AKADEMİSYENLERİN YARGILANMASI
Düşünceyi İfade Özgürlüğünün, Barış Hakkının, Kamu Görevine Girme Hakkının ve Çalışma Hakkının İhlâli
7 Şubat 2017 günü yayınlanan 686 sayılı KHK ile Osmangazi Üniversitesi Tıp Fakültesinden ihraç edilmiş olan Prof. Dr. Cem Kaptanoğlu’na, Barış İçin Akademisyenler’in “Bu Suça Ortak Olmayacağız” başlıklı bildirisine attığı imza nedeniyle, imzanın üzerinden 3 yıldan fazla süre geçmişken önce soruşturma, daha sonra dava açıldı.

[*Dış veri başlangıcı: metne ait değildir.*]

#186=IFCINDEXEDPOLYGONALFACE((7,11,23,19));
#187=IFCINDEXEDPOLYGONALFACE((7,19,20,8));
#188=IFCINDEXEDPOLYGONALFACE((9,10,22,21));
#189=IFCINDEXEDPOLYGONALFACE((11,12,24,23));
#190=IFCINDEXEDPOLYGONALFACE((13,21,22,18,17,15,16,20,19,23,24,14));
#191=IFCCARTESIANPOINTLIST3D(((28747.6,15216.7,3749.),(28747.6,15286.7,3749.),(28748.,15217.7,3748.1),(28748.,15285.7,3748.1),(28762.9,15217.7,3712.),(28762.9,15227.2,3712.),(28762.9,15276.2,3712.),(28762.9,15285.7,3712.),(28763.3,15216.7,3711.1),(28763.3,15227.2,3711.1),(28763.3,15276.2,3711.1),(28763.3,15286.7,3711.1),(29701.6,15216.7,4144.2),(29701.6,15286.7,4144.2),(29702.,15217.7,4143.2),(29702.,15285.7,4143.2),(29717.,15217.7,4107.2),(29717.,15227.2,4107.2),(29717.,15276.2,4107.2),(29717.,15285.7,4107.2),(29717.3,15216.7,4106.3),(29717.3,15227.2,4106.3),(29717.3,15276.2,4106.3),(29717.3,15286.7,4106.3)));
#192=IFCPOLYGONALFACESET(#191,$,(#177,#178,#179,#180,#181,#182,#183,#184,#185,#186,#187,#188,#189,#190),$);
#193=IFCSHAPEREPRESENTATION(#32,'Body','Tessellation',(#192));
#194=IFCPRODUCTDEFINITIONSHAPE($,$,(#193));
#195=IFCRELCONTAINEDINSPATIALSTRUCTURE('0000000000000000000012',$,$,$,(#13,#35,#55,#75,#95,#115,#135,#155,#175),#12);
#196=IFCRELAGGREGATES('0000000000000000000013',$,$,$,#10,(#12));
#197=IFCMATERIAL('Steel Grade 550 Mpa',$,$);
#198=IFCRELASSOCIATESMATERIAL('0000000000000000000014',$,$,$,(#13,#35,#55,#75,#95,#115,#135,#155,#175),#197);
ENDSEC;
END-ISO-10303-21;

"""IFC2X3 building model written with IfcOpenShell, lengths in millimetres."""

8 Mart 2019 günü Cem Kaptanoğlu’nun evine gelen Terörle Mücadele Şubesi memurları, İstanbul Cumhuriyet Savcısı tarafından açılan bir soruşturma kapsamında ifade vermesi için Emniyet Müdürlüğü Terörle Mücadele Şubesi’ne çağırdı. Emniyet Müdürlüğü yerine, cumhuriyet savcısına ifade vermek isteyen Kaptanoğlu ve vekilleri, savcılıkta, soruşturmanın İstanbul değil Eskişehir Cumhuriyet Savcılığınca yürütülmesi gerektiğini savunarak yetki itirazında bulundu ve bu itirazla ilgili karar verilene dek esasa dair savunma yapmayacaklarını belirtti. Yetki itirazının reddedilmesi sonrasında, Cem Kaptanoğlu’na 19 Nisan 2019 tarihinde İstanbul 23. Ağır Ceza Mahkemesi tarafından dava açıldığı bilgisi verildi. Böylece soruşturma aşamasında savunma alınmadan dava açılmış oldu.
“Bu Suça Ortak Olmayacağız” metninin imzacılarından Meral Gürbüz ve Murat Emeksiz’e açılan davalar kapsamında 24 Nisan 2019 günü İstanbul 26. Ağır Ceza Mahkemesinde görülen duruşmada, Gürbüz ve Emeksiz için Cumhuriyet Savcısı, Terörle Mücadele Kanunu’nun 7/2 maddesi gereğince “terör örgütü propagandası yapma” suçundan ceza verilmesini istedi.
Aynı metin nedeniyle yargılanan Duygu Abbasoğlu hakkında açılan dava kapsamında İstanbul 24. Ağır Ceza Mahkemesinde 9 Nisan 2019 günü görülen duruşmada, “sanığın üzerine atılı suçun sabit görülmesi halinde eylemin 5237 sayılı TCK 301/1-2 maddesinde düzenlenen Türk Milletini, Türkiye Cumhuriyeti Devletini, Devletin kurum ve organlarını aşağılama suçunu oluşturabileceği, aynı maddenin 4. fıkrası uyarınca bu suçtan dolayı soruşturma yapılmasının Adalet Bakanının iznine bağlı olduğu” için dosyanın Adalet Bakanlığına gönderilmesine ve yargılamanın durdurulmasına karar verildi.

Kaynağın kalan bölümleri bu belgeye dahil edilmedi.